Is There a Poem that Constantly Runs Through Your Head?

Photo of a closed book with glasses on top on a bed

April is National Poetry Month.

I don’t read much poetry these days; usually, when I do, it’s because a book that I’m reading includes a quote from a poem, and that makes me interested enough to look it up.

I found one of my favorite poems that way. I was reading Marjorie Williams’s wonderful collection of essays, The Woman at the Washington Zoo, and that led me to read Randall Jarrell’s brilliant, haunting poem of that name. Read it here.

When I was researching my book Forty Ways to Look at JFK, I came across the fact that at Jackie Kennedy’s funeral, Constantine Cavafy’s Ithaka was read at her funeral. Beautiful.
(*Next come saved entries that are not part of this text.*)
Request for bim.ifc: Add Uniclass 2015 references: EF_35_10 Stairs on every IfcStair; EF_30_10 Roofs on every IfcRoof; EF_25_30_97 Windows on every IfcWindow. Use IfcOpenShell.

First a look at what the model holds.

```python
import ifcopenshell

model = ifcopenshell.open("bim.ifc")
print(model.schema)
print("classifications:", [c.Name for c in model.by_type("IfcClassification")])
for ifc_class in ("IfcDoor", "IfcRoof", "IfcStair", "IfcWall", "IfcWindow"):
    print(ifc_class, len(model.by_type(ifc_class)))
```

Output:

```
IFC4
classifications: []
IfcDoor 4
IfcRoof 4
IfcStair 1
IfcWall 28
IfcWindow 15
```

```python
import ifcopenshell
import ifcopenshell.api.classification

model = ifcopenshell.open("bim.ifc")

system = ifcopenshell.api.classification.add_classification(model, classification="Uniclass 2015")

codes = {
    "IfcStair": ("EF_35_10", "Stairs"),
    "IfcRoof": ("EF_30_10", "Roofs"),
    "IfcWindow": ("EF_25_30_97", "Windows"),
}
for ifc_class, (code, name) in codes.items():
    products = model.by_type(ifc_class)
    ifcopenshell.api.classification.add_reference(
        model, products=products, classification=system, identification=code, name=name
    )
    print(code, len(products))

model.write("bim_v2.ifc")
```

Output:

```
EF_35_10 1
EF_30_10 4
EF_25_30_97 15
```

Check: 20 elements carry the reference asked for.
Or a poem is called to my attention in another way. The other day, I was walking with a friend, and she pulled up a poem on her phone and said, “Reading this has been a huge epiphany for me.” I see why! That last line! Read Rainer Maria Rilke’s “Archaic Torso of Apollo.”

I’m obsessed with the subject of color right now, and it’s clear that the patron poet of color is Wallace Stevens –“The Man with the Blue Guitar,” to take just one example. (In my obsession, I’m truly hunting down any color-related material I can find.)

In middle school, I had to memorize a lot of poems, and I can still recite them.  Percy Bysshe Shelley’s “Ozymandias,” Robert Frost’s “Stopping by Woods on a Snowy Evening,” Lewis Carroll’s “Jabberwocky.” I will recite them in my head if I’m feeling anxious in a dentist’s chair.

You know what I was, you see what I am: change me, change me!